▶ [Activity]: Some of the lines below need repeating. Reproduce exactly those between the lines holding "#125=IFCINDEXEDPOLYGONALFACE((5,26,28,7));" and "#10=IFCUNITASSIGNMENT((#5,#9));", inclusive.

▶ [Input records]:
_____

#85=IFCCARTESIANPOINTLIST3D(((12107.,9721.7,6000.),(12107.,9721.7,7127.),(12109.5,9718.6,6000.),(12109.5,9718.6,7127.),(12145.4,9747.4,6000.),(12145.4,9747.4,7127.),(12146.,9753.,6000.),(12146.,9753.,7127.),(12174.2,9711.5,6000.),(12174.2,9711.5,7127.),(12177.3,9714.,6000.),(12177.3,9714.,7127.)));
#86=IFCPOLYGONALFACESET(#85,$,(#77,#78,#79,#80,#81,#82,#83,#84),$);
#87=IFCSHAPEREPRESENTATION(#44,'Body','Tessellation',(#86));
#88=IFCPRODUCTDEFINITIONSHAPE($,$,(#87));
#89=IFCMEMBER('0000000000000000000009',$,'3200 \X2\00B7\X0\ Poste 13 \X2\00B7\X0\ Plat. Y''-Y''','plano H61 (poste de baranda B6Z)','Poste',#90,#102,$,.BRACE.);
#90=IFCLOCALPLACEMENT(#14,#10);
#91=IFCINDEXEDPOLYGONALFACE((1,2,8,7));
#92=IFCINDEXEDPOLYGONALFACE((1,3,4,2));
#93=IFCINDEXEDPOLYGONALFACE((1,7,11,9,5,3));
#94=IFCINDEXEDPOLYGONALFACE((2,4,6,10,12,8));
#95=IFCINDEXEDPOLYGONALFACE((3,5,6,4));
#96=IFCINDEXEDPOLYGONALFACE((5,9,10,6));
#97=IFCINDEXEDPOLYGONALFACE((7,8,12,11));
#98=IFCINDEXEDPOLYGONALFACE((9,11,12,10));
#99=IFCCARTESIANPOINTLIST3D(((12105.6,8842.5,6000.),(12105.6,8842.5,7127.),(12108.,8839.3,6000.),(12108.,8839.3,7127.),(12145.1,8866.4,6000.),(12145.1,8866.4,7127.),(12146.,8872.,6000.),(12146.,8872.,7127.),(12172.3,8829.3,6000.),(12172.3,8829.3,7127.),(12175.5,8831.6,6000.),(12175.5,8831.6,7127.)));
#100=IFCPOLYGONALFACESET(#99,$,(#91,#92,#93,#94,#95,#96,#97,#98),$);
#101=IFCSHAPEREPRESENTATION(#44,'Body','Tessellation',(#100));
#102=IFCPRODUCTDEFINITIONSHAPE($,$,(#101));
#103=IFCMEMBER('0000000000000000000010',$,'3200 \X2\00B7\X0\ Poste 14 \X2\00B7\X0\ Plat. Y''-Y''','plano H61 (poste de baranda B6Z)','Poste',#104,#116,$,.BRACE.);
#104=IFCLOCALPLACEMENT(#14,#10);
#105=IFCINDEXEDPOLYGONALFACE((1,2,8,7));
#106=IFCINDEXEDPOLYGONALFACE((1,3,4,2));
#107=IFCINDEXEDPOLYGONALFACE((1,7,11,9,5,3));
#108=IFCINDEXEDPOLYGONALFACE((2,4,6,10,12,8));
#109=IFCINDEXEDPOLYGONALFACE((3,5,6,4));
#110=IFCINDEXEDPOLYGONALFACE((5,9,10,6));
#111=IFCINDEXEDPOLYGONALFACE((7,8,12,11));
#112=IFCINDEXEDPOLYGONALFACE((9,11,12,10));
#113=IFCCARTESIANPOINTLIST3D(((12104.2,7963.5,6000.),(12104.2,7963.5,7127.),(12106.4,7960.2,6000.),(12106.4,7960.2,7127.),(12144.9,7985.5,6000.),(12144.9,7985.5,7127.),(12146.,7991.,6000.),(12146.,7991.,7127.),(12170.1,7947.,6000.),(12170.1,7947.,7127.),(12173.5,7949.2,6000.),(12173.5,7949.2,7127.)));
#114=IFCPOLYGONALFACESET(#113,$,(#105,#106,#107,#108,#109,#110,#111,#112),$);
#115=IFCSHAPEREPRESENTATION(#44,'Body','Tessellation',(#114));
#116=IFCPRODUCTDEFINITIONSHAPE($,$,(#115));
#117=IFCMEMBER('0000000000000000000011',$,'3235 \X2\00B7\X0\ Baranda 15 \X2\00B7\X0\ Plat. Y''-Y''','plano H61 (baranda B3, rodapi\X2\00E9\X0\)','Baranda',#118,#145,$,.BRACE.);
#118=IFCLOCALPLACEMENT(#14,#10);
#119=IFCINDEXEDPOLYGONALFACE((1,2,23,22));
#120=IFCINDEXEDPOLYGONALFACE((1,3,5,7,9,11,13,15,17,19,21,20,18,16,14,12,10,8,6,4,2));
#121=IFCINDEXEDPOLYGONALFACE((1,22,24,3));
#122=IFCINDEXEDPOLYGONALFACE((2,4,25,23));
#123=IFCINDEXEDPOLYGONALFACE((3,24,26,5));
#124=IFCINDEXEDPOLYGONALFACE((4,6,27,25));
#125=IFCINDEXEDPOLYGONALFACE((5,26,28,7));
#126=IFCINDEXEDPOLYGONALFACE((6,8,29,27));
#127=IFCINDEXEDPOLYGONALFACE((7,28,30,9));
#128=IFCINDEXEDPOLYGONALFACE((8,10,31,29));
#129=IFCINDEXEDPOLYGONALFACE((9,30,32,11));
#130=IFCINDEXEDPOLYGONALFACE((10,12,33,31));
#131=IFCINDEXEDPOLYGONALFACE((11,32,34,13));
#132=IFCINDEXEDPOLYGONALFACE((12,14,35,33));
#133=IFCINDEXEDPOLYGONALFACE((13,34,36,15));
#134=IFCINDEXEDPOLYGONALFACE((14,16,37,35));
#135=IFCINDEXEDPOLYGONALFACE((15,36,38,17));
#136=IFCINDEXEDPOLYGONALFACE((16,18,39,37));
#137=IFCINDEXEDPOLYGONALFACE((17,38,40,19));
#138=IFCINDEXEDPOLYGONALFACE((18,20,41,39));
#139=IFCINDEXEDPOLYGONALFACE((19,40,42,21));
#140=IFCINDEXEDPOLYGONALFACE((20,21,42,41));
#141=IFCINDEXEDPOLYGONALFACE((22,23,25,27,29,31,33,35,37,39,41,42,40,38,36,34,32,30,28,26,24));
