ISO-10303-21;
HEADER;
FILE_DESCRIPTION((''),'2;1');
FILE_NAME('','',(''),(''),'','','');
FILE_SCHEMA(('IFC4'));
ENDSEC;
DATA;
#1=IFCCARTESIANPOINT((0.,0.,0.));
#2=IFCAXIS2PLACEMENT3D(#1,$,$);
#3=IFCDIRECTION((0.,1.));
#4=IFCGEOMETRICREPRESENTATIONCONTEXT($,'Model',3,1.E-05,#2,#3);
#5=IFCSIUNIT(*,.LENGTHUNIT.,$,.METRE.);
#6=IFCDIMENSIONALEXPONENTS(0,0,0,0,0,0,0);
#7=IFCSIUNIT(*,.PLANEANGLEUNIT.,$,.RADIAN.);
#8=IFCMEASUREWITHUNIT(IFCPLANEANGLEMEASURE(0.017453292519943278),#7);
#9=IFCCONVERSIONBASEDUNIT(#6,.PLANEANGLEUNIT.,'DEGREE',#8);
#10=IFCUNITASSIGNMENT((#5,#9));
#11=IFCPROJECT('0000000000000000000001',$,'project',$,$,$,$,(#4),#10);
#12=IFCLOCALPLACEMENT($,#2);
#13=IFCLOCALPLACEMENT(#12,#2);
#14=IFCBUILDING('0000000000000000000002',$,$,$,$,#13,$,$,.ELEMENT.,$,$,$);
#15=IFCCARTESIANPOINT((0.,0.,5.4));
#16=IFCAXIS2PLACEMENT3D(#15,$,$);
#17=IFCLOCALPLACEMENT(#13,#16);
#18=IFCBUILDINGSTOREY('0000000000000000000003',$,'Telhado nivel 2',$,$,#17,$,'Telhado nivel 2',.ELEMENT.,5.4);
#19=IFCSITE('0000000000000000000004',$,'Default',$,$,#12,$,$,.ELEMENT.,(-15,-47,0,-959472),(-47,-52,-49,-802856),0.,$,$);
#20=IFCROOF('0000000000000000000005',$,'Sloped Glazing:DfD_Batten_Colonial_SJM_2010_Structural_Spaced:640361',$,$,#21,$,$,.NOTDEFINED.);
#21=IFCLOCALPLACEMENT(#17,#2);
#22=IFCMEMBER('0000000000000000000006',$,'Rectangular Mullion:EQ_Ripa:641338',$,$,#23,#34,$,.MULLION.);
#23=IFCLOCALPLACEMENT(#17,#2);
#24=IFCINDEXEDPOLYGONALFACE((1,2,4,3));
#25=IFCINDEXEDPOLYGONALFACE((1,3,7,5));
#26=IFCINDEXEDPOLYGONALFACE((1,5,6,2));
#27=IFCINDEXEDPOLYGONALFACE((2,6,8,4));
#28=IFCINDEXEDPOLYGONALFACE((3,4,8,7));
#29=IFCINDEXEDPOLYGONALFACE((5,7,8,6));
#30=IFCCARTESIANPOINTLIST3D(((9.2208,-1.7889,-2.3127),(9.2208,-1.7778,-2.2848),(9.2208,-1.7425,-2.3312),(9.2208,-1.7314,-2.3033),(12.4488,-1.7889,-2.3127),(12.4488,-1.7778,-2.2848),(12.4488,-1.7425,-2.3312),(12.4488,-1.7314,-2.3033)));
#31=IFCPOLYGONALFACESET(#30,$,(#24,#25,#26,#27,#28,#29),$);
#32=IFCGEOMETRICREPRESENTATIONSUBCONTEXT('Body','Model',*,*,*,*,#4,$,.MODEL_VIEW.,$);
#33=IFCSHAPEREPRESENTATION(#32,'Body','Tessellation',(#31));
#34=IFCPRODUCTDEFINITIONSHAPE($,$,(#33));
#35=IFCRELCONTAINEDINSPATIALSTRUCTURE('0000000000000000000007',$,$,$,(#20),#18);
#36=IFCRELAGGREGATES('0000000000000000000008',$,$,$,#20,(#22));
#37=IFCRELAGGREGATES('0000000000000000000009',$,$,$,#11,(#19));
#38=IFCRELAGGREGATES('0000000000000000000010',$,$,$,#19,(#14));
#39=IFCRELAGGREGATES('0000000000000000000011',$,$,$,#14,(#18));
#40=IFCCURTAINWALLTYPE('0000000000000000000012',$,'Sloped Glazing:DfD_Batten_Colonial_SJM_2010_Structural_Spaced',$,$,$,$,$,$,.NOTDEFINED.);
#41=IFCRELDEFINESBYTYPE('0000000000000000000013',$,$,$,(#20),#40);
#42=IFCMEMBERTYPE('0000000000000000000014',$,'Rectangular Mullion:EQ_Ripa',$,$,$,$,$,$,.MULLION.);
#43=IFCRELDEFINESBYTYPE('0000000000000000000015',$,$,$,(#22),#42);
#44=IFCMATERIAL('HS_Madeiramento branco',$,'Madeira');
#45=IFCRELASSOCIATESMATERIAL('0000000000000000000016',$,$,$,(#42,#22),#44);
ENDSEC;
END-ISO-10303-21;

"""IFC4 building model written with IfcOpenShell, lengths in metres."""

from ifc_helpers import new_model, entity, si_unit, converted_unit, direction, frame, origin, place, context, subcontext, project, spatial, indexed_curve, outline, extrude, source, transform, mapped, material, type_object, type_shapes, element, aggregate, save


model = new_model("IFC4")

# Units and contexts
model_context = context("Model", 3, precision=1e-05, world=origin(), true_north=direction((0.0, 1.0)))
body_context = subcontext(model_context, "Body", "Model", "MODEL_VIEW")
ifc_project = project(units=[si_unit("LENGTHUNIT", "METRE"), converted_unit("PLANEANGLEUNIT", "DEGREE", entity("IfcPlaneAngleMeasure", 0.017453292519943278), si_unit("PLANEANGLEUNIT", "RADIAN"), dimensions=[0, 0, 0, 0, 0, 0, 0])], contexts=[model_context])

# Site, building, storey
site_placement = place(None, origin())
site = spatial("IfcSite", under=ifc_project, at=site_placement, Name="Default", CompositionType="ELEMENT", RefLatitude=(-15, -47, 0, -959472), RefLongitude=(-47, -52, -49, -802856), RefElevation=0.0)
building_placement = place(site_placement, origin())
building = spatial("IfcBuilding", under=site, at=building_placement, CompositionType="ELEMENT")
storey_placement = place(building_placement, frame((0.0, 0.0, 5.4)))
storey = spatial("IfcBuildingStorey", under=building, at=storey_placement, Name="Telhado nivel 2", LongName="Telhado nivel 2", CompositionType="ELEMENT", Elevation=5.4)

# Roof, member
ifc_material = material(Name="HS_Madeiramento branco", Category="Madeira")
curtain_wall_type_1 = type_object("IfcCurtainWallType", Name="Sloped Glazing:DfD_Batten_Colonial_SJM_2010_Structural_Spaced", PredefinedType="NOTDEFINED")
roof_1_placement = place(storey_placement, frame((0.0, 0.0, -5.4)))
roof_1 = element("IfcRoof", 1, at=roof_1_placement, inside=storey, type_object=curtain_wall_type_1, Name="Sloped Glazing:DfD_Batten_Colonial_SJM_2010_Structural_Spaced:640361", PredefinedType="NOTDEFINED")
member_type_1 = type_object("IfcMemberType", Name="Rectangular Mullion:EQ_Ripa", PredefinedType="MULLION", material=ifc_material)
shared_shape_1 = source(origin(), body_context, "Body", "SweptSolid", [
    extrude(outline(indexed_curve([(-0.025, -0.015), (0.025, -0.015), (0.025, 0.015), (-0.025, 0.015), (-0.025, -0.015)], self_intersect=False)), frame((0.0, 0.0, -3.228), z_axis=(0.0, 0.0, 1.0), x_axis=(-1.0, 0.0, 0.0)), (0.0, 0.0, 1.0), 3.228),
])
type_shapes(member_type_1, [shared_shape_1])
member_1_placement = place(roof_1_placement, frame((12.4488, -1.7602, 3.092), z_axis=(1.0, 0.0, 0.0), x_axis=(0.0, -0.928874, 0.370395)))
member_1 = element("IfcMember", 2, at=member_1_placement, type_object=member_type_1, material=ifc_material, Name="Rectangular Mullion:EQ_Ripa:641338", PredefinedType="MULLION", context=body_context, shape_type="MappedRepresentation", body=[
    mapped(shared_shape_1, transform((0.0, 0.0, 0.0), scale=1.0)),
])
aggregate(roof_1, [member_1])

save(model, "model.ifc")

_____

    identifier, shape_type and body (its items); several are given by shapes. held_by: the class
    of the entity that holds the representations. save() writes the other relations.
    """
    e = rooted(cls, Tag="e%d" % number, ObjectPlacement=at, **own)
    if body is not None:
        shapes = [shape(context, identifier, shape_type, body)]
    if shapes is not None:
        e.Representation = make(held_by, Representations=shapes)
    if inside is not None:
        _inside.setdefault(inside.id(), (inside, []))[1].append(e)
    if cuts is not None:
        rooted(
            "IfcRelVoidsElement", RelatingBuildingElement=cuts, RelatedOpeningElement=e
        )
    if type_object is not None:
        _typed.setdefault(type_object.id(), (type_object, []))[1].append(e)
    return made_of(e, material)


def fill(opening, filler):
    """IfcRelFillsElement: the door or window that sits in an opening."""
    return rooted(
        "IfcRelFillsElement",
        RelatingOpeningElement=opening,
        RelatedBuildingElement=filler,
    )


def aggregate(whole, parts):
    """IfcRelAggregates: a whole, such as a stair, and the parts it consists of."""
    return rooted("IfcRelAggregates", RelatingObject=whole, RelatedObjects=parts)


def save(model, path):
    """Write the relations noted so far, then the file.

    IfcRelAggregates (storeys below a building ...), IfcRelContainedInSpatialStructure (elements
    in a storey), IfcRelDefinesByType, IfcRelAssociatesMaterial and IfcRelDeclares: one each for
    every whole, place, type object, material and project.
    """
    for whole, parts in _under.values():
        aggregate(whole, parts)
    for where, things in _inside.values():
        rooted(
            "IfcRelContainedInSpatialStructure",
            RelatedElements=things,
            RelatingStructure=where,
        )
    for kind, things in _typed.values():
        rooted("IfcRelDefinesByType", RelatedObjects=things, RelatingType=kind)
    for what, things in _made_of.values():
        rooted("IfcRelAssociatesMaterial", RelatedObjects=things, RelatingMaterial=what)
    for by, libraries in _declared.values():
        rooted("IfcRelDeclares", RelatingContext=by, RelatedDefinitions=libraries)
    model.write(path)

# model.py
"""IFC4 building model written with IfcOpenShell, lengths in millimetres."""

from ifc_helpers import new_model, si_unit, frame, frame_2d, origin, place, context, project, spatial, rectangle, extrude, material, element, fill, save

_____

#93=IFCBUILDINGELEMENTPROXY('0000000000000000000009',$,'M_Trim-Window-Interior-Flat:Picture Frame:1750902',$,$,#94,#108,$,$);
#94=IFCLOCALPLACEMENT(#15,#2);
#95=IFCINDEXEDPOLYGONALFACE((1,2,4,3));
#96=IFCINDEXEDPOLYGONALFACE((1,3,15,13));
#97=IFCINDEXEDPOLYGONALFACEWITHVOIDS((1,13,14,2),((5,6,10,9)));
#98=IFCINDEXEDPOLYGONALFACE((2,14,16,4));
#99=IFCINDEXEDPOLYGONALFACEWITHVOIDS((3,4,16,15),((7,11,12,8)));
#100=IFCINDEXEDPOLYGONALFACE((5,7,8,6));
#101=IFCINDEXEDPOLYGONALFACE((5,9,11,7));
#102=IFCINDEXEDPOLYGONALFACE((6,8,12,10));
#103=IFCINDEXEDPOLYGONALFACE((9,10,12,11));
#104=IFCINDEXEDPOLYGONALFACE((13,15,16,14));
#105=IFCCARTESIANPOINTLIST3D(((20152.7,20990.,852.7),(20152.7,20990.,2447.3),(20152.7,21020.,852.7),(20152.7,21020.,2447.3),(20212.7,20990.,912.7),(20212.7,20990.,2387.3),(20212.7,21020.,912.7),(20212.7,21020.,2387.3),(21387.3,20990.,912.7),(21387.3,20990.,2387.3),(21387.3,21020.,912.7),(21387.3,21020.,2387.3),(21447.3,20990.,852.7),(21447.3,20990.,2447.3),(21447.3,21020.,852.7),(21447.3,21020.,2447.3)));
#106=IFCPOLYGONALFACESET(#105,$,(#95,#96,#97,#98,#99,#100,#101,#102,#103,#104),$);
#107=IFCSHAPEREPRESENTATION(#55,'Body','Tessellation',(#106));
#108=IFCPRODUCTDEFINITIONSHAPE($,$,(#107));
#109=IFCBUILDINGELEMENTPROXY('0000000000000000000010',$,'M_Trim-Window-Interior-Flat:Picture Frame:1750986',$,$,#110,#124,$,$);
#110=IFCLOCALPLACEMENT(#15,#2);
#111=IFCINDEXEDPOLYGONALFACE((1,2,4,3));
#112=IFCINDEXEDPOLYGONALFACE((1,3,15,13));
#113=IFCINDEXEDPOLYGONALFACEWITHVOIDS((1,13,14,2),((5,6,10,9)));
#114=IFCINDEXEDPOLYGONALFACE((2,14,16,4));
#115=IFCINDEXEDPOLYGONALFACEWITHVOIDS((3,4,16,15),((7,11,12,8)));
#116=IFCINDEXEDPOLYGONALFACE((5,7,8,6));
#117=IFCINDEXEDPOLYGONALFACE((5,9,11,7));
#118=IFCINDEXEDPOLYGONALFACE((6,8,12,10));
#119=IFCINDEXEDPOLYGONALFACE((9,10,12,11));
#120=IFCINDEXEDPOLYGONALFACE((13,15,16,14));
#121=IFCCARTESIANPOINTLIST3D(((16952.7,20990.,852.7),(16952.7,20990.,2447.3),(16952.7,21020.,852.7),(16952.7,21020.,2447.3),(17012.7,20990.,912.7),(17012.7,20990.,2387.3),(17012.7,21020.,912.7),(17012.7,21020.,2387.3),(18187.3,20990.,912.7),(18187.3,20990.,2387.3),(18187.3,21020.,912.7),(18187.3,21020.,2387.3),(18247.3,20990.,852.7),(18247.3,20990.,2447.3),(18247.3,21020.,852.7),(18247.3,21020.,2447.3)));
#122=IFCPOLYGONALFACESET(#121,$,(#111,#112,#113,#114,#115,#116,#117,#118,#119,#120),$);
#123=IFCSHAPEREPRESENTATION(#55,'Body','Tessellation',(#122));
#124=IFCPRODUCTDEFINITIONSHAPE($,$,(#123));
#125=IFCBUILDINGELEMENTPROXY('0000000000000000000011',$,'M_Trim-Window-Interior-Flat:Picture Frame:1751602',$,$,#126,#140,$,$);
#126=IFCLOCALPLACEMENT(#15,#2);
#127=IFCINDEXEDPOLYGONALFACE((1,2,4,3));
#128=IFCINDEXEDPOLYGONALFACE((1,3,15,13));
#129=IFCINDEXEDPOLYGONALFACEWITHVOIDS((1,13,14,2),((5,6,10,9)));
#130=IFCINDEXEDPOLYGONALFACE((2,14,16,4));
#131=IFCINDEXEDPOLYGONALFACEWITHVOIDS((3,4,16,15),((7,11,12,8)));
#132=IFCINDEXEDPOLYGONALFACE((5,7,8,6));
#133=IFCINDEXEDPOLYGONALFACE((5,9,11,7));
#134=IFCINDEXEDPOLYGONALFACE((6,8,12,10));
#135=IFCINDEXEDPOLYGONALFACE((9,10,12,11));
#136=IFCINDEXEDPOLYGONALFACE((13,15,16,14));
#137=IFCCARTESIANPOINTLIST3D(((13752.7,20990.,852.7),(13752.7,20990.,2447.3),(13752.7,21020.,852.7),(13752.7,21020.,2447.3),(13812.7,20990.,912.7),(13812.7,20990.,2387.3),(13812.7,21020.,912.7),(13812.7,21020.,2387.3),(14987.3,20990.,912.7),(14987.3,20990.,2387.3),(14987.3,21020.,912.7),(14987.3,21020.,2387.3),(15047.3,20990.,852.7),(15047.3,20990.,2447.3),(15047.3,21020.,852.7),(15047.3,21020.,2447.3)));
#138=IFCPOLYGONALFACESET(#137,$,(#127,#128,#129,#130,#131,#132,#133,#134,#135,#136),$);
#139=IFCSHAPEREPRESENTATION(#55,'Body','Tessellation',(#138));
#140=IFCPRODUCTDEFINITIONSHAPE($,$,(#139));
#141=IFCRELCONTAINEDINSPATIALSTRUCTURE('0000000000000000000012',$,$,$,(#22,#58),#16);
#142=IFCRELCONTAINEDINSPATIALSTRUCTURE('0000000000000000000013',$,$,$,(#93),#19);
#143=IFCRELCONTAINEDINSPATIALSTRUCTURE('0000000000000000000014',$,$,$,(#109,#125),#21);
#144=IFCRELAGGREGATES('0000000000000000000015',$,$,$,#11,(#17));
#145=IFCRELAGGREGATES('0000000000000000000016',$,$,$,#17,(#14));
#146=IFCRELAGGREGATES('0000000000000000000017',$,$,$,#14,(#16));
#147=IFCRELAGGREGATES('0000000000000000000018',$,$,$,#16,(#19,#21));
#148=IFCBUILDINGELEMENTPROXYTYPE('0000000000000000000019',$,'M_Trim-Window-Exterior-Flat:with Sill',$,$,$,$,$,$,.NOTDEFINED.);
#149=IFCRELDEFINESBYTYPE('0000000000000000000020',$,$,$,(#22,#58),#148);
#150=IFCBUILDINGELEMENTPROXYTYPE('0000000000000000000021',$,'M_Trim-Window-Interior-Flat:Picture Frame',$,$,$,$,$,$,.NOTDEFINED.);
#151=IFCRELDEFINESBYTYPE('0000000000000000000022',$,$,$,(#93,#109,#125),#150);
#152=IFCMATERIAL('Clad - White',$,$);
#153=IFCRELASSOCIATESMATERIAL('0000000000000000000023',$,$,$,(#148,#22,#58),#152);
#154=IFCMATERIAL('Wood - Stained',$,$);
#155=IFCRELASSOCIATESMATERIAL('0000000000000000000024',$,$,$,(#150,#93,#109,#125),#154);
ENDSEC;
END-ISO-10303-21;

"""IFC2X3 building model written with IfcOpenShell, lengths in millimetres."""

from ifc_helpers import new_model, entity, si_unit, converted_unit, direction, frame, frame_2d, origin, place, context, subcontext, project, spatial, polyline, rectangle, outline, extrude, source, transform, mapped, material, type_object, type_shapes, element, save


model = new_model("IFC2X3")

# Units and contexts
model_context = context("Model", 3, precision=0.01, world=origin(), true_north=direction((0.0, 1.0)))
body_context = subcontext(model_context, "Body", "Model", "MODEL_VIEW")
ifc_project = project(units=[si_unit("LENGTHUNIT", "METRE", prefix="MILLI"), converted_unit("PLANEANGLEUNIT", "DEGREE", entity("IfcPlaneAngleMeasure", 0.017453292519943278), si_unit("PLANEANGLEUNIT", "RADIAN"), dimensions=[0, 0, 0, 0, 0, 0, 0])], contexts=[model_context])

_____

▶ [Expected output]:
#125=IFCINDEXEDPOLYGONALFACE((5,26,28,7));
#126=IFCINDEXEDPOLYGONALFACE((6,8,29,27));
#127=IFCINDEXEDPOLYGONALFACE((7,28,30,9));
#128=IFCINDEXEDPOLYGONALFACE((8,10,31,29));
#129=IFCINDEXEDPOLYGONALFACE((9,30,32,11));
#130=IFCINDEXEDPOLYGONALFACE((10,12,33,31));
#131=IFCINDEXEDPOLYGONALFACE((11,32,34,13));
#132=IFCINDEXEDPOLYGONALFACE((12,14,35,33));
#133=IFCINDEXEDPOLYGONALFACE((13,34,36,15));
#134=IFCINDEXEDPOLYGONALFACE((14,16,37,35));
#135=IFCINDEXEDPOLYGONALFACE((15,36,38,17));
#136=IFCINDEXEDPOLYGONALFACE((16,18,39,37));
#137=IFCINDEXEDPOLYGONALFACE((17,38,40,19));
#138=IFCINDEXEDPOLYGONALFACE((18,20,41,39));
#139=IFCINDEXEDPOLYGONALFACE((19,40,42,21));
#140=IFCINDEXEDPOLYGONALFACE((20,21,42,41));
#141=IFCINDEXEDPOLYGONALFACE((22,23,25,27,29,31,33,35,37,39,41,42,40,38,36,34,32,30,28,26,24));
ISO-10303-21;
HEADER;
FILE_DESCRIPTION((''),'2;1');
FILE_NAME('','',(''),(''),'','','');
FILE_SCHEMA(('IFC4'));
ENDSEC;
DATA;
#1=IFCCARTESIANPOINT((0.,0.,0.));
#2=IFCAXIS2PLACEMENT3D(#1,$,$);
#3=IFCDIRECTION((0.,1.));
#4=IFCGEOMETRICREPRESENTATIONCONTEXT($,'Model',3,1.E-05,#2,#3);
#5=IFCSIUNIT(*,.LENGTHUNIT.,$,.METRE.);
#6=IFCDIMENSIONALEXPONENTS(0,0,0,0,0,0,0);
#7=IFCSIUNIT(*,.PLANEANGLEUNIT.,$,.RADIAN.);
#8=IFCMEASUREWITHUNIT(IFCPLANEANGLEMEASURE(0.017453292519943278),#7);
#9=IFCCONVERSIONBASEDUNIT(#6,.PLANEANGLEUNIT.,'DEGREE',#8);
#10=IFCUNITASSIGNMENT((#5,#9));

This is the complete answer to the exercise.